Voler au secours des gens touchés par l’ouragan Matthew en octobre 2016 et surtout régler le problème chronique de l’environnement, les deux principales justifications du Palais national pour décréter l’état d’urgence. Selon l’ancien conseiller stratégique de Jovenel Moïse pendant la campagne électorale, devenu secrétaire général du Conseil des ministres, ce gouvernement n’a pas inventé l’état d’urgence. C’est prévu par la loi, a-t-il dit.

Parce que la population du grand Sud peut être encore frappée par des intempéries pendant la saison cyclonique, il était important pour le gouvernement de prendre des mesures préventives à cette situation, a encore justifié l’auteur de l’ouvrage : « Est-ce que ça dérange, les choix scandaleux des dirigeants haïtiens. »

Interrogé sur les fonds alloués à l’état d’urgence, M. Lubérice a indiqué que le président Moïse a eu un mode d’intervention qui consiste à utiliser les moyens et les fonctionnaires de l’administration publique. Aussi, a-t-il ajouté, l’état d’urgence leur permettra d’aller plus vite, soulignant que le gouvernement puisera dans des lignes budgétaires du budget rectificatif. Selon lui, il peut y avoir des désaffectations. Il faut souligner que le pouvoir a déjà mobilisé 3.5 milliards de gourdes pour la caravane de Jovenel Moïse qui arrivera ce week-end dans le grand Sud.

Parce que les états d’urgence déclarés dans le passé n’ont jamais eu une bonne presse et ont toujours fait l’objet de critiques acerbes, le chef de l’État, selon Rénald Lubérice, était reticent à décréter cet état d’urgence. Selon lui, contrairement aux pratiques anciennes, il n’y aura pas de malversations pendant la période de l’état d’urgence d’un mois renouvelable.
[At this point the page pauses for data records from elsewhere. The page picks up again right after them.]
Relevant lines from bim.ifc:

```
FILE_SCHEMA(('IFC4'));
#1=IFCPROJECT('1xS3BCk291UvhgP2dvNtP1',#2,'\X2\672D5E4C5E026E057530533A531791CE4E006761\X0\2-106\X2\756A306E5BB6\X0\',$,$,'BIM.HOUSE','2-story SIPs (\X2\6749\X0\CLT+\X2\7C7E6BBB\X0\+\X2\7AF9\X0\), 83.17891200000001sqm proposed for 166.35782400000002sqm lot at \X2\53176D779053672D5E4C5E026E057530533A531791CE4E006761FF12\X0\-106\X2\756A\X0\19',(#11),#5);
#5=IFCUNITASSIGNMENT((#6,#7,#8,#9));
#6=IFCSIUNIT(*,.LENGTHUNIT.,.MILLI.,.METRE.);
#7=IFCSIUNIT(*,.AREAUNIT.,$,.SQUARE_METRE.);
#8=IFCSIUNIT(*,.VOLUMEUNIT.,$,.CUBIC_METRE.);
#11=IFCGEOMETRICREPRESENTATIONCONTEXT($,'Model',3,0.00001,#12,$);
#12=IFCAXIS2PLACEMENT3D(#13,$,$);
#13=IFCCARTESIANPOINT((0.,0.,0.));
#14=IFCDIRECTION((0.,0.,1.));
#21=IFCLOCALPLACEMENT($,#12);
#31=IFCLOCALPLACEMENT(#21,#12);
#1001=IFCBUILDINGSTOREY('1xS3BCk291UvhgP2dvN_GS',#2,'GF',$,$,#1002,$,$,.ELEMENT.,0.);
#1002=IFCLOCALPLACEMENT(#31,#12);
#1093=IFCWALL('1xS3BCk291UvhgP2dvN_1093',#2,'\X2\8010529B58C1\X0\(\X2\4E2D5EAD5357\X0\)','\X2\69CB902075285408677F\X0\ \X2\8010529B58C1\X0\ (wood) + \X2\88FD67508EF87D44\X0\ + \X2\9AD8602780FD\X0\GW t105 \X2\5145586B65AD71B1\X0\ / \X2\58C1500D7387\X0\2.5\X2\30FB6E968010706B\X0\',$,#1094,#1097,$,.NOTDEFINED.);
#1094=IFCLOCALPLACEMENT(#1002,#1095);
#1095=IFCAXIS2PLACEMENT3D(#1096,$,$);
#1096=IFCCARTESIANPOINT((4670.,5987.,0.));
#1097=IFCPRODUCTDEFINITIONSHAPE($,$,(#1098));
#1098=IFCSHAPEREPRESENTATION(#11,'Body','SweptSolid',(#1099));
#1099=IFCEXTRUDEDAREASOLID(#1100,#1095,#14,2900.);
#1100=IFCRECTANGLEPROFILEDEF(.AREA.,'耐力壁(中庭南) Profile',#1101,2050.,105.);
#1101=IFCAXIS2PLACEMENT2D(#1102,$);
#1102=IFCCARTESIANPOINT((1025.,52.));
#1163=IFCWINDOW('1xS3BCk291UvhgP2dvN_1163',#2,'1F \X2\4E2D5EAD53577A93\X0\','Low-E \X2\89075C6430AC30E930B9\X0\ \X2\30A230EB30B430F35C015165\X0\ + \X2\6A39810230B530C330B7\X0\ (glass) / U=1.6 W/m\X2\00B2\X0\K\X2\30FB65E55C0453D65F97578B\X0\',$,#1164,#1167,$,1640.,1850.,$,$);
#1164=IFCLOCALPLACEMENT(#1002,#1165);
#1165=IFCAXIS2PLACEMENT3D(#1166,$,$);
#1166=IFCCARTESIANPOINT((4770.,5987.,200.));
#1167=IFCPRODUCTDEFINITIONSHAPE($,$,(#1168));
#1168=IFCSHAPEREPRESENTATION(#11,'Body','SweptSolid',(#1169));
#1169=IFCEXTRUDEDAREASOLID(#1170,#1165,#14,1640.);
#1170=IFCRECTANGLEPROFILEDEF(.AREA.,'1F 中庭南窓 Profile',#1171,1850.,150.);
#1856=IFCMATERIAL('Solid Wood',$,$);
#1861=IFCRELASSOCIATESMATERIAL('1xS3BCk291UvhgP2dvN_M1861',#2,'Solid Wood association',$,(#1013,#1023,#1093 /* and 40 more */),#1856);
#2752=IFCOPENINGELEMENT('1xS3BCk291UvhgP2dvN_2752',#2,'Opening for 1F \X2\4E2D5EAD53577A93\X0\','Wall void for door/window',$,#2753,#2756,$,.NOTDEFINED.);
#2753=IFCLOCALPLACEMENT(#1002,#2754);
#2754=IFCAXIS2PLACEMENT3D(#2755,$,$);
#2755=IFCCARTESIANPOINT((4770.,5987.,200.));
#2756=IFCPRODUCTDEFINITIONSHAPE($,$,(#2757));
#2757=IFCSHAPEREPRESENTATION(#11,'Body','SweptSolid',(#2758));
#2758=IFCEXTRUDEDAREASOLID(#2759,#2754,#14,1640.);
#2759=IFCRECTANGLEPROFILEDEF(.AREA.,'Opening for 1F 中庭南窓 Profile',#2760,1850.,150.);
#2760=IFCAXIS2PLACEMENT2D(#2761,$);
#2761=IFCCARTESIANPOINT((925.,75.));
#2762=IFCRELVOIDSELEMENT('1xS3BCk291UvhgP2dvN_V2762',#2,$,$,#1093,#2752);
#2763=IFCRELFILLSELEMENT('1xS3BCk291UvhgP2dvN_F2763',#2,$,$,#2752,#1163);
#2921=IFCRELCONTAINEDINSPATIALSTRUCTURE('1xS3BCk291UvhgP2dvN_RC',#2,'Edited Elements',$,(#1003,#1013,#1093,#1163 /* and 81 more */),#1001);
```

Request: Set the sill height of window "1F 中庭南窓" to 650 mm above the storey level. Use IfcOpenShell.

```python
import numpy as np
import ifcopenshell
import ifcopenshell.api.geometry
import ifcopenshell.geom
import ifcopenshell.util.element
import ifcopenshell.util.placement
import ifcopenshell.util.shape
import ifcopenshell.util.unit

model = ifcopenshell.open("bim.ifc")
unit_scale = ifcopenshell.util.unit.calculate_unit_scale(model)

window = model.by_guid("1xS3BCk291UvhgP2dvN_1163")
opening = window.FillsVoids[0].RelatingOpeningElement
storey = ifcopenshell.util.element.get_container(window, ifc_class="IfcBuildingStorey")
level = ifcopenshell.util.placement.get_local_placement(storey.ObjectPlacement)[2, 3]

# The opening's origin need not be at the sill, so measure its lowest point.
shape = ifcopenshell.geom.create_shape(ifcopenshell.geom.settings(), opening)
bottom = ifcopenshell.util.shape.get_shape_bottom_elevation(shape, shape.geometry) / unit_scale
dz = level + 0.65 / unit_scale - bottom

shift = np.array([0.0, 0.0, dz])
# The window is not placed relative to its opening, so move both.
for product in (opening, window):
    matrix = ifcopenshell.util.placement.get_local_placement(product.ObjectPlacement)
    matrix[:3, 3] += shift
    ifcopenshell.api.geometry.edit_object_placement(model, product=product, matrix=matrix, is_si=False)

print(f"moved by {dz * unit_scale:+.3f} m")

model.write("bim_edited.ifc")
```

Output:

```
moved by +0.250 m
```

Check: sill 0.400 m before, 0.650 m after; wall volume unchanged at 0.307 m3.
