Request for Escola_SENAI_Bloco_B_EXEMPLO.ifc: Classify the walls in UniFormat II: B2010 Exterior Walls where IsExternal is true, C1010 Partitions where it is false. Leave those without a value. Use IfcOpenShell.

First a look at what the model holds.

```python
import ifcopenshell
import ifcopenshell.util.element

model = ifcopenshell.open("Escola_SENAI_Bloco_B_EXEMPLO.ifc")
print(model.schema)
print("classifications:", [c.Name for c in model.by_type("IfcClassification")])
values = [ifcopenshell.util.element.get_pset(e, "Pset_WallCommon", "IsExternal") for e in model.by_type("IfcWall")]
for value in (True, False, None):
    print("IsExternal", value, values.count(value))
```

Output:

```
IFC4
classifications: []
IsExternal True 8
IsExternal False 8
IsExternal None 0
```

```python
import ifcopenshell
import ifcopenshell.api.classification
import ifcopenshell.util.element

model = ifcopenshell.open("Escola_SENAI_Bloco_B_EXEMPLO.ifc")

system = ifcopenshell.api.classification.add_classification(model, classification="UniFormat II")

walls = model.by_type("IfcWall")
external = {e: ifcopenshell.util.element.get_pset(e, "Pset_WallCommon", "IsExternal") for e in walls}
for flag, code, name in ((True, "B2010", "Exterior Walls"), (False, "C1010", "Partitions")):
    products = [e for e in walls if external[e] is flag]
    ifcopenshell.api.classification.add_reference(
        model, products=products, classification=system, identification=code, name=name
    )
    print(code, len(products))

model.write("Escola_SENAI_Bloco_B_EXEMPLO_edited.ifc")
```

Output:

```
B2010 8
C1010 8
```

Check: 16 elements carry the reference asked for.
Pourquoi déclarer l’état d’urgence neuf mois après Matthew ? À cette question, le secrétaire général du Conseil des ministres a rappelé que Jovenel Moïse n’avais pas encore neuf mois au pouvoir. Il n’arrive pas à expliquer non plus pourquoi l’administration Privert n’avait pas décrété l’état d’urgence après la catastrophe naturelle causée par le mauvais temps dans sur le grand Sud. « Neuf mois après, les problèmes demeurent les mêmes », a-t-il soutenu. Il faut qu’il y ait des mesures préventives pour empêcher que la population soit victime à nouveau pendant la saison cyclonique », a-t-il dit.
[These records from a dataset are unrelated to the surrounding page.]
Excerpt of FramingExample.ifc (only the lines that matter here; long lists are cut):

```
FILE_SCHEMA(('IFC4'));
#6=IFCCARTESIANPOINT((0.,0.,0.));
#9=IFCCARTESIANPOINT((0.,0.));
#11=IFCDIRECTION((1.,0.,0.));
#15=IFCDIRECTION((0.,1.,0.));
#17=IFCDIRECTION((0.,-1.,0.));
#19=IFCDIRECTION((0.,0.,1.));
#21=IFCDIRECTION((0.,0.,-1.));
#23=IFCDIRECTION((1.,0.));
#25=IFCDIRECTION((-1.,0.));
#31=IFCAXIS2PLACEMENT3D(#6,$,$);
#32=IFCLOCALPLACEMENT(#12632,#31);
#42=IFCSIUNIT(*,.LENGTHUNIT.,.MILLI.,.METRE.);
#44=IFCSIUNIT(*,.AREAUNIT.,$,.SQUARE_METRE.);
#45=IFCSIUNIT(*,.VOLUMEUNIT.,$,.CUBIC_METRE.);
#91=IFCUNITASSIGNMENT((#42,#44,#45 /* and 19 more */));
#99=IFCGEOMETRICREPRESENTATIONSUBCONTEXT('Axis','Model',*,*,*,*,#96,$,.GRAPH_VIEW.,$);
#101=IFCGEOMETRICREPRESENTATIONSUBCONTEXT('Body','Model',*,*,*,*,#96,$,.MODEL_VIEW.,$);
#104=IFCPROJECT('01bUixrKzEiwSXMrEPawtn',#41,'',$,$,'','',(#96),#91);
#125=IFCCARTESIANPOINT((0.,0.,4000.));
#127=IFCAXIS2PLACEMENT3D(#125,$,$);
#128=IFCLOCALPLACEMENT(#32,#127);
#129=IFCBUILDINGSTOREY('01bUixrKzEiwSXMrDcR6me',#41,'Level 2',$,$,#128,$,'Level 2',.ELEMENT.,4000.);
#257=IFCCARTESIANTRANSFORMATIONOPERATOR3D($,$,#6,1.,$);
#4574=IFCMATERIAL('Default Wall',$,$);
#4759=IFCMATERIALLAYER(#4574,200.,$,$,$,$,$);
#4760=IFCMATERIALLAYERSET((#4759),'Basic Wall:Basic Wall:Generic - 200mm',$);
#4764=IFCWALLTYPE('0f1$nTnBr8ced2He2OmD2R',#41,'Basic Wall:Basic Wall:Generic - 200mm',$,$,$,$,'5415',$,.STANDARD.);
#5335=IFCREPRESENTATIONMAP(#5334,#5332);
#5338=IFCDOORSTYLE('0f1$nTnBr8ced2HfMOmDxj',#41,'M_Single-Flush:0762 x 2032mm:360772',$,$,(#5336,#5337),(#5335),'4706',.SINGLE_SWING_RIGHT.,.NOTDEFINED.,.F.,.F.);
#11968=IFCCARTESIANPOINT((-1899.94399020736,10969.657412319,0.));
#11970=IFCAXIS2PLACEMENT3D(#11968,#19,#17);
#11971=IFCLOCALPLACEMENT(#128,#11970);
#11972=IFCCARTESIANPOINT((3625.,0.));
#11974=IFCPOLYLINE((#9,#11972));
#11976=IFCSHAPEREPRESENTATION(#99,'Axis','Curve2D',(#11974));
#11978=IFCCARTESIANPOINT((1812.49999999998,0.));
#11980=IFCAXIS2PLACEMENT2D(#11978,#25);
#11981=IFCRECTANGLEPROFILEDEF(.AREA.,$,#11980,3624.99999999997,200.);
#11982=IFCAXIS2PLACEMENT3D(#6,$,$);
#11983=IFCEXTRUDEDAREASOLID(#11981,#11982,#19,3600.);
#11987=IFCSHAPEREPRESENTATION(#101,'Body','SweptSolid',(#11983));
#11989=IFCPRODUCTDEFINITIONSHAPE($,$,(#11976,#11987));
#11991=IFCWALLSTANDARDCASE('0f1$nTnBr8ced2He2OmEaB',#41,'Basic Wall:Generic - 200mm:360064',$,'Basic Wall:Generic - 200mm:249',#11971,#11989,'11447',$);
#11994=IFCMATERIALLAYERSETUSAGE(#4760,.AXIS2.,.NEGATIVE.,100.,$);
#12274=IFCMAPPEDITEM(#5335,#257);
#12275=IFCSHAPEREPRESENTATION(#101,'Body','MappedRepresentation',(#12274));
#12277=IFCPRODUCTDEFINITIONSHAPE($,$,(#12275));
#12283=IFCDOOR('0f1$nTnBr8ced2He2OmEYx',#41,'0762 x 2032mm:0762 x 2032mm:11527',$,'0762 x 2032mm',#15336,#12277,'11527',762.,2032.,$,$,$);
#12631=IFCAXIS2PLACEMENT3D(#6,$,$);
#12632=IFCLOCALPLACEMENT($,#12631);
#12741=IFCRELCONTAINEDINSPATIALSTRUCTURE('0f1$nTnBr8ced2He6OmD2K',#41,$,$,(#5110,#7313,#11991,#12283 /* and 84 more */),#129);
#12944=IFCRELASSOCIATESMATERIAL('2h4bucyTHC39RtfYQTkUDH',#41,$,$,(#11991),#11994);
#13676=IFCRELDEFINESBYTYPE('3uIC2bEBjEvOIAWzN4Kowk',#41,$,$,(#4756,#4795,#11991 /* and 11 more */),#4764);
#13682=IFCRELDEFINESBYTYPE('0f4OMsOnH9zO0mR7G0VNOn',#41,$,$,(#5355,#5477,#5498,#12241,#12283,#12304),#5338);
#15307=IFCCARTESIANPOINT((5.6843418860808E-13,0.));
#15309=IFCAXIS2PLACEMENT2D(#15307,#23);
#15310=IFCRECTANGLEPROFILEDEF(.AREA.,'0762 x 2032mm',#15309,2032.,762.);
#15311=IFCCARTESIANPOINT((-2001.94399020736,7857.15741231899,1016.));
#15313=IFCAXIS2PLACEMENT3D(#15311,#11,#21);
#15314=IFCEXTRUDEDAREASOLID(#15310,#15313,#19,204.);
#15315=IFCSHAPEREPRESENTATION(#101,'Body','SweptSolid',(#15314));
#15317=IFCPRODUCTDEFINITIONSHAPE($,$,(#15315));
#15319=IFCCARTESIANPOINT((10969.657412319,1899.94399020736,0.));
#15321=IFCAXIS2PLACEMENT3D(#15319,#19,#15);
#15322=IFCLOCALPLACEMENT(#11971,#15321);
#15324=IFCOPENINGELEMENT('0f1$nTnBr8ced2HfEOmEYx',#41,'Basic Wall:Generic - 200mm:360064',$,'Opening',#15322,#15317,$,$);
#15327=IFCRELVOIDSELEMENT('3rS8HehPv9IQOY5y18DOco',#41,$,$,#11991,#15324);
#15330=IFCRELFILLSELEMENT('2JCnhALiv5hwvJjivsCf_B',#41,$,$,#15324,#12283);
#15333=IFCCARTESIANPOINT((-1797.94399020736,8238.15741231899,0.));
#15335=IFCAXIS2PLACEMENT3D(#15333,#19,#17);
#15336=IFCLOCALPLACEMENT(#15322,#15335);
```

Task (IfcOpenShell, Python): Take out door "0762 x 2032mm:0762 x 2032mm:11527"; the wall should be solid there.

```python
import ifcopenshell
import ifcopenshell.api.feature
import ifcopenshell.api.root
import ifcopenshell.geom
import ifcopenshell.util.shape

model = ifcopenshell.open("FramingExample.ifc")
settings = ifcopenshell.geom.settings()


def volume(element):
    """Net volume in cubic metres, openings subtracted."""
    shape = ifcopenshell.geom.create_shape(settings, element)
    return ifcopenshell.util.shape.get_volume(shape.geometry)


door = model.by_id(12283)
opening = door.FillsVoids[0].RelatingOpeningElement
wall = opening.VoidsElements[0].RelatingBuildingElement
before = volume(wall)

ifcopenshell.api.root.remove_product(model, product=door)
ifcopenshell.api.feature.remove_feature(model, feature=opening)

after = volume(wall)

print(f"wall volume {before:.3f} -> {after:.3f} m3")

model.write("FramingExample_v2.ifc")
```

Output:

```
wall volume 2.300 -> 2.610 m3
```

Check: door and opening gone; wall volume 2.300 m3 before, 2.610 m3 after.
Dans une interview exclusive accordée au Nouvelliste en octobre 2016 après le passage de l’ouragan Matthew, l’ancien président Jocelerme Privert avait déclaré, nous citons : « Oui,nous sommes dans l’urgence. Oui, nous avons des réponses urgentes à apporter. Est-ce que la seule façon d’y faire face, c’est de déclarer l’état d’urgence ? Nous avons déclaré l’état d’urgence en 2010 après le tremblement de terre… Le Palais, la Primature et tous les ministères ne sont toujours pas reconstruits. Les quelques constructions démarrées avec les fonds PetroCaribe sont interrompues. Donc, l’état d’urgence n’a pas permis la reconstruction du pays… »
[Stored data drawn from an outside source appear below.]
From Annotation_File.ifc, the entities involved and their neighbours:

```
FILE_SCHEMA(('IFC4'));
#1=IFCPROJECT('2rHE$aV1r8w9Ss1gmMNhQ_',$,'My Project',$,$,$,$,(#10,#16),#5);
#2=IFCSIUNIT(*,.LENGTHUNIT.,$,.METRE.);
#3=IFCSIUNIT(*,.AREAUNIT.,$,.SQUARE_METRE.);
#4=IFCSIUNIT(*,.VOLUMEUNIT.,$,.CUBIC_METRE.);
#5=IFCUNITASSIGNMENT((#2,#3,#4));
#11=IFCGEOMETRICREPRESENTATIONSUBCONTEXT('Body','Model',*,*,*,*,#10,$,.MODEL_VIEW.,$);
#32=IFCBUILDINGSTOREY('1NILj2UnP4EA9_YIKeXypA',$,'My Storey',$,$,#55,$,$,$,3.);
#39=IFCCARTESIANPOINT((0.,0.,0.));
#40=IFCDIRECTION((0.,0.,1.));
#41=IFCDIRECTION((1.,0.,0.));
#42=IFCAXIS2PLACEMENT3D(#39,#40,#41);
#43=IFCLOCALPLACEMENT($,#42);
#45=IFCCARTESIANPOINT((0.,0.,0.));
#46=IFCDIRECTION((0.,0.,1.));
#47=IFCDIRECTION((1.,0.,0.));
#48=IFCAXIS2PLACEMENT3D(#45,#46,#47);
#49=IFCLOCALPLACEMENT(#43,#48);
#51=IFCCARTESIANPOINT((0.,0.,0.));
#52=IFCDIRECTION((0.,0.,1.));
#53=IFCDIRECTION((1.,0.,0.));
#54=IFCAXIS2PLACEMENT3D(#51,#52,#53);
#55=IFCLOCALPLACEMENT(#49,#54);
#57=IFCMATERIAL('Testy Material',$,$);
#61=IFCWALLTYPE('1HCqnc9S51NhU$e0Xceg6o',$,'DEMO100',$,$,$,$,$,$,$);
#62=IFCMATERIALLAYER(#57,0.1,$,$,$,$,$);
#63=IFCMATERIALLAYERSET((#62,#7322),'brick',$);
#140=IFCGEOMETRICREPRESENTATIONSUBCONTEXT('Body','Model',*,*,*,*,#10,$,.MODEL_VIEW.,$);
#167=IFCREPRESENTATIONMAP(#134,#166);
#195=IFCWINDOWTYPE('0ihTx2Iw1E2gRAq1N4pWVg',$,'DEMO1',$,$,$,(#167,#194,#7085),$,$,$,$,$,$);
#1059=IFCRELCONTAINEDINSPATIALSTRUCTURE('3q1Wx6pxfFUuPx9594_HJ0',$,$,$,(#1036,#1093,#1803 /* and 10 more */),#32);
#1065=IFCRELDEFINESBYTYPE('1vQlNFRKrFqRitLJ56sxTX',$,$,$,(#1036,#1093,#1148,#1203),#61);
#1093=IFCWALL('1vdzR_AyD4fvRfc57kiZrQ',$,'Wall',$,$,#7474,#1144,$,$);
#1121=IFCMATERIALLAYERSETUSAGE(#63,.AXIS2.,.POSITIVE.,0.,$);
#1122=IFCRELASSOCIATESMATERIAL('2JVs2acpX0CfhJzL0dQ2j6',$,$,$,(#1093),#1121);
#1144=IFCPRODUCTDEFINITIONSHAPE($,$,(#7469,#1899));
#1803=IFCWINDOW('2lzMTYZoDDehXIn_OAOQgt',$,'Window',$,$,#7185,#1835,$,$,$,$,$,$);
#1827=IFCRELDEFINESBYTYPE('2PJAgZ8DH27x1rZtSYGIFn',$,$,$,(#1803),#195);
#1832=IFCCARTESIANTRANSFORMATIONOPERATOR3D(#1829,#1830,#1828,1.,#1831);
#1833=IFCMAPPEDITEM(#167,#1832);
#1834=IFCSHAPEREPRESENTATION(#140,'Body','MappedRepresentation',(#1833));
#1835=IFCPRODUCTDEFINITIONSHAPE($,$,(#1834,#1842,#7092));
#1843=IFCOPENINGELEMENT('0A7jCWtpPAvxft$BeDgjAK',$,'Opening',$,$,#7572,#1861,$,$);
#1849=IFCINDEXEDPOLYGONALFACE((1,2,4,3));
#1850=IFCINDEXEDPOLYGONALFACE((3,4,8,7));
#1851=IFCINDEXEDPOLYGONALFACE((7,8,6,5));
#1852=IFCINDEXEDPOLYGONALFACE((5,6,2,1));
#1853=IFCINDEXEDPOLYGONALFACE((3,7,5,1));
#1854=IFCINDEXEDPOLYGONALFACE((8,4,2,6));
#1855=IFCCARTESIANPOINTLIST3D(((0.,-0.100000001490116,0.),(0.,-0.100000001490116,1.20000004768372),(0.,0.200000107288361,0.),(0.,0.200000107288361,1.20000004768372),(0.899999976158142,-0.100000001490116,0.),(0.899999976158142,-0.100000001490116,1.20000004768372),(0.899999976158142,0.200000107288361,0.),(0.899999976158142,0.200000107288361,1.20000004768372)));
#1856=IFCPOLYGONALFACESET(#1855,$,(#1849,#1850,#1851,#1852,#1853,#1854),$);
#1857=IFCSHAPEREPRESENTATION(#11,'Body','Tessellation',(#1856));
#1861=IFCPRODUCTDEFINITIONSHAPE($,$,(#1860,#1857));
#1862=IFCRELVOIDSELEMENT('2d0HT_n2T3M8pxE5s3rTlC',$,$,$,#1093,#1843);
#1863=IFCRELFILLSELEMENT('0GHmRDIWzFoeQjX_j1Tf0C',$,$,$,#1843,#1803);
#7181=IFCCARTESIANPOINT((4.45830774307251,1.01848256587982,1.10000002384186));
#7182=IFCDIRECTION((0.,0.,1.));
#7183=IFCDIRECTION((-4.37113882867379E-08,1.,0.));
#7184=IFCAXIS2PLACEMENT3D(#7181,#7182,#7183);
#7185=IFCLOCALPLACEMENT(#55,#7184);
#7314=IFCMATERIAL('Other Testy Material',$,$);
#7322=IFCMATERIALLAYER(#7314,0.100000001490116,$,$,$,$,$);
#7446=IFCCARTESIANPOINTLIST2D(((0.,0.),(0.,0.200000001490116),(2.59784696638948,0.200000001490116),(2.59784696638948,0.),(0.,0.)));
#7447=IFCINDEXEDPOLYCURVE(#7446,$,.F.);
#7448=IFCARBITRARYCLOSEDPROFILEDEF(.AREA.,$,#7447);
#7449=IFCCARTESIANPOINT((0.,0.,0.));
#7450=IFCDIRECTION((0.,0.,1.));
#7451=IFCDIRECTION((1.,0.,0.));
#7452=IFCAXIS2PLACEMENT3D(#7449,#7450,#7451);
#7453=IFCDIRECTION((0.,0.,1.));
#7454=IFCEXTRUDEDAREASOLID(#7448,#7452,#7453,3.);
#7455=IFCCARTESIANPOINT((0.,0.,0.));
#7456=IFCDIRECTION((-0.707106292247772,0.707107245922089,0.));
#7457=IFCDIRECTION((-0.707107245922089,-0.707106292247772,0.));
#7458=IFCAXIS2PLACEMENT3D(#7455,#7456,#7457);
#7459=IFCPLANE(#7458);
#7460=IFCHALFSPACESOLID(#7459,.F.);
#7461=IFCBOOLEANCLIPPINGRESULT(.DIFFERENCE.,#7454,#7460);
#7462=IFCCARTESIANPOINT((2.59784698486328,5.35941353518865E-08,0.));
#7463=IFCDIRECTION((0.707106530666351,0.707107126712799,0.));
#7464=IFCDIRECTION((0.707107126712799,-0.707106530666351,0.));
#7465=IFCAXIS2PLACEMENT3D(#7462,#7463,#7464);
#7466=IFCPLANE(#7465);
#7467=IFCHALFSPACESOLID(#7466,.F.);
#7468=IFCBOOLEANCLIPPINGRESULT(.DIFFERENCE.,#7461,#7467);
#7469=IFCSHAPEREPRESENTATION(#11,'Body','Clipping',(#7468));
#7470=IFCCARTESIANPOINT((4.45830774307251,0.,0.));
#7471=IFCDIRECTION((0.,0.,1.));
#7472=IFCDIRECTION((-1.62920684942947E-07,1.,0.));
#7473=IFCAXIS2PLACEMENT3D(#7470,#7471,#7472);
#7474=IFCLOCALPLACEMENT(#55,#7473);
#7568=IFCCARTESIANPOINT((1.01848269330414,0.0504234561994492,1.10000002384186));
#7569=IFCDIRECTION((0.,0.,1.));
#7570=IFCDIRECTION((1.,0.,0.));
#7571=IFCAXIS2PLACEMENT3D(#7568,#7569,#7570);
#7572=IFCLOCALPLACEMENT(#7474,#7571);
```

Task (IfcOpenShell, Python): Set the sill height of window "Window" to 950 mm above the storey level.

```python
import numpy as np
import ifcopenshell
import ifcopenshell.api.geometry
import ifcopenshell.geom
import ifcopenshell.util.element
import ifcopenshell.util.placement
import ifcopenshell.util.shape
import ifcopenshell.util.unit

model = ifcopenshell.open("Annotation_File.ifc")
unit_scale = ifcopenshell.util.unit.calculate_unit_scale(model)

window = model.by_id(1803)
opening = window.FillsVoids[0].RelatingOpeningElement
storey = ifcopenshell.util.element.get_container(window, ifc_class="IfcBuildingStorey")
level = ifcopenshell.util.placement.get_local_placement(storey.ObjectPlacement)[2, 3]

# The opening's origin need not be at the sill, so measure its lowest point.
shape = ifcopenshell.geom.create_shape(ifcopenshell.geom.settings(), opening)
bottom = ifcopenshell.util.shape.get_shape_bottom_elevation(shape, shape.geometry) / unit_scale
dz = level + 0.95 / unit_scale - bottom

shift = np.array([0.0, 0.0, dz])
# The window is not placed relative to its opening, so move both.
for product in (opening, window):
    matrix = ifcopenshell.util.placement.get_local_placement(product.ObjectPlacement)
    matrix[:3, 3] += shift
    ifcopenshell.api.geometry.edit_object_placement(model, product=product, matrix=matrix, is_si=False)

print(f"moved by {dz * unit_scale:+.3f} m")

model.write("Annotation_File_edited.ifc")
```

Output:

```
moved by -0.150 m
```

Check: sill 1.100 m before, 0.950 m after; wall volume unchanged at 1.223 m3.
« Moi, je dis, maximisons sous contrainte », avait répondu Jocelerme Privert à ceux qui réclamaient une déclaration d’état d’urgence. « Respectons les procédures et les règles. Faisons ce que nous pouvons faire avec nos propres moyens. S’il y a la nécessité pour un appel d’offres, on le fera. S’il n’est pas nécessaire, on ne le fera pas. D’ailleurs, la loi sur la passation de marchés permet, en cas de catastrophe naturelle, d’utiliser des procédures célères sans même recourir à la déclaration de l’état d’urgence », avait expliqué l’ex-sénateur des Nippes.